Liebe Leser,
gestern hat der Maestro gesprochen. In einem fast präsidialen Rahmen gab Ben Bernanke die erste reguläre Pressekonferenz, die auf Einladung der FED einberufen wurde. Wie Sie wissen bin ich ein großer Fürsprecher von Bernanke. Der FED-Chairman ist klug, er handelt nicht nach geldpolitischen Ideologien, sondern versteht es makroökonomische Aggregate hinter sich zu lassen und das Uhrwerk der Wirtschaft an der Triebfeder zu stimulieren. Bernanke weiß, dass er sich keine Sorgen um die Preisteuerung machen muss, weil über 13 Millionen arbeitslose Amerikaner einen starken Lohnanstieg unmöglich machen. Auch auf den Produktmärkten sind Preiserhöhung momentan kaum durchzusetzen, weil US-Unternehmen noch lange keine volle Produktionsauslastung erreicht haben. Würde General Motors die Autopreise um 10% erhöhen, gingen die Leute eben zum Ford-Händler um die Ecke. Wir merken uns: Bei hoher Arbeitslosigkeit und stillliegenden Fabriken sollte die Notenbank die Geldmenge massiv ausweiten!
Das eigentliche Meisterstück von Ben Bernanke ist, dass er das Kernproblem der USA erkannt hat.

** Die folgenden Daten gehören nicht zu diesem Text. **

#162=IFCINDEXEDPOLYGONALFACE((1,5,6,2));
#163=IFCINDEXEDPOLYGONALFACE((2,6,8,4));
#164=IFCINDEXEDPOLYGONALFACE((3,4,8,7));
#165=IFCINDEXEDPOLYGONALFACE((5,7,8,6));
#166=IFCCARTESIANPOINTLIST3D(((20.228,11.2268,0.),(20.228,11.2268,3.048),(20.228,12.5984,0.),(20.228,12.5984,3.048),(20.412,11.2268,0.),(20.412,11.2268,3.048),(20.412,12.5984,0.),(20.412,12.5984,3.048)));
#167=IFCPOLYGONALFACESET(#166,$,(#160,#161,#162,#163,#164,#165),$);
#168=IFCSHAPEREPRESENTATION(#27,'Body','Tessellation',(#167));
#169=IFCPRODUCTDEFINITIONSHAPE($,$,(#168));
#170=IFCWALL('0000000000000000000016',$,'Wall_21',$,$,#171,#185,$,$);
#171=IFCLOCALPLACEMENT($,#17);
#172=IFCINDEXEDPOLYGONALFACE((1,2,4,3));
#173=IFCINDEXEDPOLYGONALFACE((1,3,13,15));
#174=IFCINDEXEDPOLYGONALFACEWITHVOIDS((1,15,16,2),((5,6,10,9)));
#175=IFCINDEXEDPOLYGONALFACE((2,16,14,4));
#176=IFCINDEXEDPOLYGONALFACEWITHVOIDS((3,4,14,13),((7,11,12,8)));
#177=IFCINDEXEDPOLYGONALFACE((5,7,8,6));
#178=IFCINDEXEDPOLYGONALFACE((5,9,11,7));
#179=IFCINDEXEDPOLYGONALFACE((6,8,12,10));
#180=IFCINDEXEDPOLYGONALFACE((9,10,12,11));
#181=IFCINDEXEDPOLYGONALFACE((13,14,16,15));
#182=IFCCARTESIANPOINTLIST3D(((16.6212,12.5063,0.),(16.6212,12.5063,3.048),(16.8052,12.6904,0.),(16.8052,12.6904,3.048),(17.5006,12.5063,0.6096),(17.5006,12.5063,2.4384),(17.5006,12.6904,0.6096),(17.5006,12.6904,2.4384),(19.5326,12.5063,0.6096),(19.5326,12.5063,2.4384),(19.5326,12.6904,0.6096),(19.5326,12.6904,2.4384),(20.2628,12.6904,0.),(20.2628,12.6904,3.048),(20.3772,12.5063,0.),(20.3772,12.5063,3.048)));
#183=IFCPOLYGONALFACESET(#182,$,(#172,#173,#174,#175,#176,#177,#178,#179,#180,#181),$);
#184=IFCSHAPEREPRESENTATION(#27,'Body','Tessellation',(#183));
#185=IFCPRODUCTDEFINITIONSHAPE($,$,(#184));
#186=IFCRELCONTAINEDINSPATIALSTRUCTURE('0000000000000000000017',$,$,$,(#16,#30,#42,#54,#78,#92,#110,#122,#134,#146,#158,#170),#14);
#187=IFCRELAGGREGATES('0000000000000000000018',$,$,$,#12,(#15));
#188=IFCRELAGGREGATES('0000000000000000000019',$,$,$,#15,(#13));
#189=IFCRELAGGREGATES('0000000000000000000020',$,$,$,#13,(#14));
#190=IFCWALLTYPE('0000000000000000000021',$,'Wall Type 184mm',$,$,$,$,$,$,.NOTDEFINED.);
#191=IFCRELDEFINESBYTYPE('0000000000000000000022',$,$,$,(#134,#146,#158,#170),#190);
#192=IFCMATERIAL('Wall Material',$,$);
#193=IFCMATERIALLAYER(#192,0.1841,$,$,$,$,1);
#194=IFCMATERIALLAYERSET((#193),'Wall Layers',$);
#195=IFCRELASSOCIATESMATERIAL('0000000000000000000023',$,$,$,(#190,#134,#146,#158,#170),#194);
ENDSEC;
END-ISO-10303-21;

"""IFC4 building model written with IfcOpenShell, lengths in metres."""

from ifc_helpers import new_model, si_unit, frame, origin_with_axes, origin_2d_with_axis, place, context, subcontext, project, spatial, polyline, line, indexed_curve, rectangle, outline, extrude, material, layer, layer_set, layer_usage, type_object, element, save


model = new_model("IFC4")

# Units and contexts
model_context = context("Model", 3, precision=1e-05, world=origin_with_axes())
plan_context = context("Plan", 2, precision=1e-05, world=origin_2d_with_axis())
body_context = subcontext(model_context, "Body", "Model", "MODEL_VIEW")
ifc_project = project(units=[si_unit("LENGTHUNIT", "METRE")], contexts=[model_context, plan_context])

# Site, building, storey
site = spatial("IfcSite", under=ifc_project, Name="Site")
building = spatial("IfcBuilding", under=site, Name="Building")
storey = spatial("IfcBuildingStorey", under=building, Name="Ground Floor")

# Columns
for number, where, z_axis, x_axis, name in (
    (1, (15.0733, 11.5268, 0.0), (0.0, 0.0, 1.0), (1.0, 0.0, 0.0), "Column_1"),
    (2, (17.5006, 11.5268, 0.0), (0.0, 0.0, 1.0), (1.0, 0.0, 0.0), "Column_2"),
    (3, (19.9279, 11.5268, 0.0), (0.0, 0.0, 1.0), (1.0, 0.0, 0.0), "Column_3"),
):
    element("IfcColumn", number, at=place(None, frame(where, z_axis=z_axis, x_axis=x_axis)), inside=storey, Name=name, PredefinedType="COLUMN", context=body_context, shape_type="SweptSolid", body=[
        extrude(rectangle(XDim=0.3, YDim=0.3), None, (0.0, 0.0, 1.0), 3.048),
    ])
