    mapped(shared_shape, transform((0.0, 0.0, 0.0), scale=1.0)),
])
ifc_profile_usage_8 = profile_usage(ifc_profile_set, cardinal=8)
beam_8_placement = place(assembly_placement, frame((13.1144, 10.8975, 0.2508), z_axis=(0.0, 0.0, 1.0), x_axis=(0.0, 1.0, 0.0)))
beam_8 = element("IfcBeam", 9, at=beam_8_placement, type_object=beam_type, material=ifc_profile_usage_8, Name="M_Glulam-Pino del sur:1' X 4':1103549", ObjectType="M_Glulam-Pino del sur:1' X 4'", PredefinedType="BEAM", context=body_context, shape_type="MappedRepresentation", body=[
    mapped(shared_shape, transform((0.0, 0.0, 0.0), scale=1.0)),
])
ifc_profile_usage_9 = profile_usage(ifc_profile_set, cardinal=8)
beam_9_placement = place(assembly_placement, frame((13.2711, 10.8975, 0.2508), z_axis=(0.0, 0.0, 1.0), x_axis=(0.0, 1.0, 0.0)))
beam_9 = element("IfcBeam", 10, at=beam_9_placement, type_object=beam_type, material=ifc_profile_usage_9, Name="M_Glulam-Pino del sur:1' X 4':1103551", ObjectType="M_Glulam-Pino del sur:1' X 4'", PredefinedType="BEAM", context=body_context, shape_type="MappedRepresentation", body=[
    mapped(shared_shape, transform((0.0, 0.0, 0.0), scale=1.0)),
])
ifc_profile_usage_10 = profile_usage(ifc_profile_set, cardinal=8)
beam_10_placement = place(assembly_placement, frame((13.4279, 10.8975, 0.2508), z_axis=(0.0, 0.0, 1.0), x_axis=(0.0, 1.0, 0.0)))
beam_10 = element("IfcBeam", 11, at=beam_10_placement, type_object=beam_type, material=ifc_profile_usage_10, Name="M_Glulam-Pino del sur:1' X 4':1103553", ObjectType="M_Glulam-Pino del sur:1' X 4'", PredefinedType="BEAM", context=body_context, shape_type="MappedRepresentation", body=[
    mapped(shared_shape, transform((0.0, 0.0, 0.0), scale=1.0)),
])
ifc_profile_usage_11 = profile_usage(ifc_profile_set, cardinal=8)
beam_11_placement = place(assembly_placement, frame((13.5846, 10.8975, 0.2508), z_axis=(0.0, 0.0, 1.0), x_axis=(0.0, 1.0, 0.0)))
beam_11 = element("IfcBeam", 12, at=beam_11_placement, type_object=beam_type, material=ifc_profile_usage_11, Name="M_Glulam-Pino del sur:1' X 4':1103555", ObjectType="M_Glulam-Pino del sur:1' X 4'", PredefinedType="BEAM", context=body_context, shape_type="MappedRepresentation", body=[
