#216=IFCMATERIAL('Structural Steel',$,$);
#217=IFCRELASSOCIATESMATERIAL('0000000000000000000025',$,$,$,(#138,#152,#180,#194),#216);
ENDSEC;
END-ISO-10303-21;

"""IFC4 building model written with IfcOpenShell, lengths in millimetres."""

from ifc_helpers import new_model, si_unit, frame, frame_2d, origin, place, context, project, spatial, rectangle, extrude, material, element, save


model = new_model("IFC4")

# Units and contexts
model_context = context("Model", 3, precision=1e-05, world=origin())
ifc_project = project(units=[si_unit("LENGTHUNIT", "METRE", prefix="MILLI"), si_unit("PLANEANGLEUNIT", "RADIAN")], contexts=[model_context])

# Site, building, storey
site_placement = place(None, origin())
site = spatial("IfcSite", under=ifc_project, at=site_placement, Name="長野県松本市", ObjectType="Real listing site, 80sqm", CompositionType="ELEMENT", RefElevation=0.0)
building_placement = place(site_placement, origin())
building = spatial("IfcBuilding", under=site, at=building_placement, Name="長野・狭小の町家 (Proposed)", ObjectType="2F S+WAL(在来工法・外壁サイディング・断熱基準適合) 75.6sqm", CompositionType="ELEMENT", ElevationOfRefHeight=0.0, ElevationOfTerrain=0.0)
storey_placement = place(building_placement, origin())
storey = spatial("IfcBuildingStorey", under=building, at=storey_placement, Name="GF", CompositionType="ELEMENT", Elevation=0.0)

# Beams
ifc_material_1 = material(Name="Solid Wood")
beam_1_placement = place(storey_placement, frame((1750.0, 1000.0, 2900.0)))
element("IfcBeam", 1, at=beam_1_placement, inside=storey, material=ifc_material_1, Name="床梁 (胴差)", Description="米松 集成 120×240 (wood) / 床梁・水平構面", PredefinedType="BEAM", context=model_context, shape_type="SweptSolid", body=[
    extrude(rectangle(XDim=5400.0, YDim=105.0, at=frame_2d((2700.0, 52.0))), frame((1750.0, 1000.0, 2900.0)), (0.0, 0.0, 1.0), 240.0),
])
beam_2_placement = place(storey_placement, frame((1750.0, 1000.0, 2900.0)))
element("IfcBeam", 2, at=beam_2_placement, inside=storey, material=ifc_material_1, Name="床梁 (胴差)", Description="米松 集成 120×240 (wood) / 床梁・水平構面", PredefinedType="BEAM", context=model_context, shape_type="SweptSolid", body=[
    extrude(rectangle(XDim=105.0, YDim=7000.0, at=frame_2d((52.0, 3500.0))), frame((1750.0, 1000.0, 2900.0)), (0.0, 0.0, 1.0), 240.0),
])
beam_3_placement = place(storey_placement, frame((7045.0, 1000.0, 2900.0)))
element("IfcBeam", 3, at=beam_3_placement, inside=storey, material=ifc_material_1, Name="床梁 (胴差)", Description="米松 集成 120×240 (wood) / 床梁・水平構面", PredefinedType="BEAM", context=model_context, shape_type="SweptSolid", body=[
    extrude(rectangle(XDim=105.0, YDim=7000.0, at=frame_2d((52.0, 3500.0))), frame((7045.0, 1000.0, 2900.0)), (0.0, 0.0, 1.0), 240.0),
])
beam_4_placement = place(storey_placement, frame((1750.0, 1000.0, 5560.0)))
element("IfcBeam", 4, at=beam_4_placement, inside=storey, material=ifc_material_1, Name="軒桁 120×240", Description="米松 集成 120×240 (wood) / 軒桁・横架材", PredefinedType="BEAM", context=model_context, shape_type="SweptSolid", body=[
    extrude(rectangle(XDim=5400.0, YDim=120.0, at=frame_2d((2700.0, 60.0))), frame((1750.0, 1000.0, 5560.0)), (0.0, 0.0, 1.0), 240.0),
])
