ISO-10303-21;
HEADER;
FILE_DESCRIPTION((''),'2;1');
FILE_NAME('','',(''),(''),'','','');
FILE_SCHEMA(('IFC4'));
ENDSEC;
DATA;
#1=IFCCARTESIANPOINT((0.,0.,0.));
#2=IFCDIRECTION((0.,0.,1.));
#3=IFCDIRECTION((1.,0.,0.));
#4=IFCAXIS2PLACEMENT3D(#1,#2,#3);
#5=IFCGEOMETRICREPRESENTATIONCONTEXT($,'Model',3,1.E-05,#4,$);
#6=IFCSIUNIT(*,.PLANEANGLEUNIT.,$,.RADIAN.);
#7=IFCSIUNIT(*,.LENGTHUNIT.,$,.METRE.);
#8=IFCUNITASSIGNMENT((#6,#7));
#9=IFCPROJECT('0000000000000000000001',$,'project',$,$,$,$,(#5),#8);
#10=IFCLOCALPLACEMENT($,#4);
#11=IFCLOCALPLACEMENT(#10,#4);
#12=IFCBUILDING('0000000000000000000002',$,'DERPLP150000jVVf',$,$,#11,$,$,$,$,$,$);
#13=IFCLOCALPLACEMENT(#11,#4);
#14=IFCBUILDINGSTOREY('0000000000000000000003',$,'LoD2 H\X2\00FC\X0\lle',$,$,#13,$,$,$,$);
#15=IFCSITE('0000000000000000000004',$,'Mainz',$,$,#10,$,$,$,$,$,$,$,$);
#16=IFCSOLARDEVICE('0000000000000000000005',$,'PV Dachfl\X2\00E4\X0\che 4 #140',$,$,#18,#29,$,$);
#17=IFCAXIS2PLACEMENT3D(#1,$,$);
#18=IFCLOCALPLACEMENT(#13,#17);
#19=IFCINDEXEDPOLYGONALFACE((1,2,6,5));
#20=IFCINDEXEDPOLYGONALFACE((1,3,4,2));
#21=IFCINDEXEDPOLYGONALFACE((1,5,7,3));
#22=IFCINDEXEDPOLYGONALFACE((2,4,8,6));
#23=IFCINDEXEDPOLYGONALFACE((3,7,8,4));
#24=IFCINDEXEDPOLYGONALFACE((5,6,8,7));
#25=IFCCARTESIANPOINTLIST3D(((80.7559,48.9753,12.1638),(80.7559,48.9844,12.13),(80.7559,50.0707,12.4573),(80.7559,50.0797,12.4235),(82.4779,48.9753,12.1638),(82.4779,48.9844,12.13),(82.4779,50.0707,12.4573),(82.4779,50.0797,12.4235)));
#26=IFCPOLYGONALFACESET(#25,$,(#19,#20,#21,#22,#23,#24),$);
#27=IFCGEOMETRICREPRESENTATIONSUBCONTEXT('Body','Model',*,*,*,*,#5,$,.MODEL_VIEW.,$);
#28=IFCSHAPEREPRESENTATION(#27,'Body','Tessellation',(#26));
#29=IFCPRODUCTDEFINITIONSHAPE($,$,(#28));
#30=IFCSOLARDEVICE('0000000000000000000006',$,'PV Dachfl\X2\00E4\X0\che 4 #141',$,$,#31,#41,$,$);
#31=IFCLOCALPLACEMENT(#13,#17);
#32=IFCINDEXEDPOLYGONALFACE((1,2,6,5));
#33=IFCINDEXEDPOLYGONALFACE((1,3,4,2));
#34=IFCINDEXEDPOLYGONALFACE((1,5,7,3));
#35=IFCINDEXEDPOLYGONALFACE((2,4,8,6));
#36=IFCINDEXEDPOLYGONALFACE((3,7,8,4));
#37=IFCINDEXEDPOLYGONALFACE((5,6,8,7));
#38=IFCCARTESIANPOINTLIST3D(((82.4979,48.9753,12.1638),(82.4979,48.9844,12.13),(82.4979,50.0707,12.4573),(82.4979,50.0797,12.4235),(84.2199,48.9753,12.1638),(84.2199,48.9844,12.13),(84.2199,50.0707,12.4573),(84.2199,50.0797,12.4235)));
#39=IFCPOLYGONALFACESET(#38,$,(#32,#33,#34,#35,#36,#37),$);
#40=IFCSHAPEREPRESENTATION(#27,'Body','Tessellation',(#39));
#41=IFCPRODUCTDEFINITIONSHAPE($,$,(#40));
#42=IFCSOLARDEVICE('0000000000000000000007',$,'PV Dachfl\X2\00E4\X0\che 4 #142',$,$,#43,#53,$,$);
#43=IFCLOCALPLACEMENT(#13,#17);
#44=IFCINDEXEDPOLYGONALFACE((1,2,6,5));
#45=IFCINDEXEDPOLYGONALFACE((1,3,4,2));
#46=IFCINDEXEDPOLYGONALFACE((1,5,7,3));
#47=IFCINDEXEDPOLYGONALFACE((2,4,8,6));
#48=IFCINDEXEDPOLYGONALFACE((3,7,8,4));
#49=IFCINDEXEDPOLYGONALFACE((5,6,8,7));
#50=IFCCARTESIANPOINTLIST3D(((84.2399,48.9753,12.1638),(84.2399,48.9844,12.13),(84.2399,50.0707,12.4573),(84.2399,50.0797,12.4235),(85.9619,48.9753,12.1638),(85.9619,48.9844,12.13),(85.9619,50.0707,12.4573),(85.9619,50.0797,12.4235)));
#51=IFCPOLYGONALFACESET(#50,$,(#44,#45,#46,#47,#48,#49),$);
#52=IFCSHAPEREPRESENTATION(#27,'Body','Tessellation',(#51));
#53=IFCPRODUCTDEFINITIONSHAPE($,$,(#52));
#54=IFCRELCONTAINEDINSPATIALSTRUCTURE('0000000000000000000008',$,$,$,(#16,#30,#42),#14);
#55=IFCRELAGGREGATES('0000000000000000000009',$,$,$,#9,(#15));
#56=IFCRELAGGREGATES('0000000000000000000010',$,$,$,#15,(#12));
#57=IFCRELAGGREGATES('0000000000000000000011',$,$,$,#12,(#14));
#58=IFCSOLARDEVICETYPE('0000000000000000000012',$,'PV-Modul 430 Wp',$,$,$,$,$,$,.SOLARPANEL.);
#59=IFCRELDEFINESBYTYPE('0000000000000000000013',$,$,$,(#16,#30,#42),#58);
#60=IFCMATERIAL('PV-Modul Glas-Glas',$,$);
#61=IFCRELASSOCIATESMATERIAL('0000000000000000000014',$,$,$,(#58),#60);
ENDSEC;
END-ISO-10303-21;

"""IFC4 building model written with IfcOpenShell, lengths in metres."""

from ifc_helpers import new_model, si_unit, frame, frame_2d, origin, origin_with_axes, place, context, subcontext, project, spatial, rectangle, extrude, source, transform, mapped, material, type_object, type_shapes, element, save


model = new_model("IFC4")

# Units and contexts
model_context = context("Model", 3, precision=1e-05, world=origin_with_axes())
body_context = subcontext(model_context, "Body", "Model", "MODEL_VIEW")
ifc_project = project(units=[si_unit("PLANEANGLEUNIT", "RADIAN"), si_unit("LENGTHUNIT", "METRE")], contexts=[model_context])

# Site, building, storey
site_placement = place(None, origin_with_axes())
site = spatial("IfcSite", under=ifc_project, at=site_placement, Name="Mainz")
building_placement = place(site_placement, origin_with_axes())
building = spatial("IfcBuilding", under=site, at=building_placement, Name="DERPLP150000jVVf")
storey_placement = place(building_placement, origin_with_axes())
storey = spatial("IfcBuildingStorey", under=building, at=storey_placement, Name="LoD2 Hülle")

# Solar devices
ifc_material = material(Name="PV-Modul Glas-Glas")
solar_device_type = type_object("IfcSolarDeviceType", Name="PV-Modul 430 Wp", PredefinedType="SOLARPANEL", material=ifc_material)
shared_shape = source(origin_with_axes(), body_context, "Body", "SweptSolid", [
    extrude(rectangle(XDim=1.722, YDim=1.134, at=frame_2d((0.861, 0.567))), origin(), (0.0, 0.0, 1.0), 0.035),
])
type_shapes(solar_device_type, [shared_shape])
for number, where, z_axis, x_axis, name in (
    (1, (80.7559, 48.9844, 12.13), (0.0, -0.258819, 0.965926), (1.0, 0.0, 0.0), "PV Dachfläche 4 #140"),
    (2, (82.4979, 48.9844, 12.13), (0.0, -0.258819, 0.965926), (1.0, 0.0, 0.0), "PV Dachfläche 4 #141"),
    (3, (84.2399, 48.9844, 12.13), (0.0, -0.258819, 0.965926), (1.0, 0.0, 0.0), "PV Dachfläche 4 #142"),
):
    element("IfcSolarDevice", number, at=place(storey_placement, frame(where, z_axis=z_axis, x_axis=x_axis)), inside=storey, type_object=solar_device_type, Name=name, context=body_context, shape_type="MappedRepresentation", body=[
        mapped(shared_shape, transform((0.0, 0.0, 0.0), x_axis=(1.0, 0.0, 0.0), y_axis=(0.0, 1.0, 0.0), z_axis=(0.0, 0.0, 1.0), scale=1.0)),
    ])

save(model, "model.ifc")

Zu viel Kapital ist in den Händen weniger Amerikaner, die ihr Geld in Staatsanleihen parken, sich keinen realwirtschaftlichen Projekten mehr stellen und deren Sorgen sich um Banalitäten wie ihr Golf-Handicap drehen. Dieser Geldelite entwendet Bernanke jetzt das sorgenfreie Ruhekissen Staatsanleihen. Zinsen zu kassieren, ohne sich dem kapitalistischen Wettbewerb zu stellen, ist unter dem Geldregime von Bernanke nicht länger möglich. Die FED hat bereits US-Staatsanleihen für über eine Billionen Dollar in ihre Bilanz genommen und damit vielen Amerikanern die Droge des risikolosen Zinses abrupt entzogen. “Seid wieder Unternehmer”, schreit Bernanke laut hinaus, “gebraucht euren Verstand und investiert in Firmen”. Der Unternehmer – motiviert von der Aussicht auf die Belohnung, die das kapitalistische System für neue Güter und neue Produktionsverfahren bezahlt – ist die eigentliche Ursache für Wachstum, Wohlstand und technischen Fortschritt. Das Unternehmertum ist das Herz des Kapitalismus. Es gibt den entscheidenden Impuls, der das System vorantreibt. Die Amerikaner können sich glücklich schätzen, Ben Bernanke als obersten Währungshüter zu haben.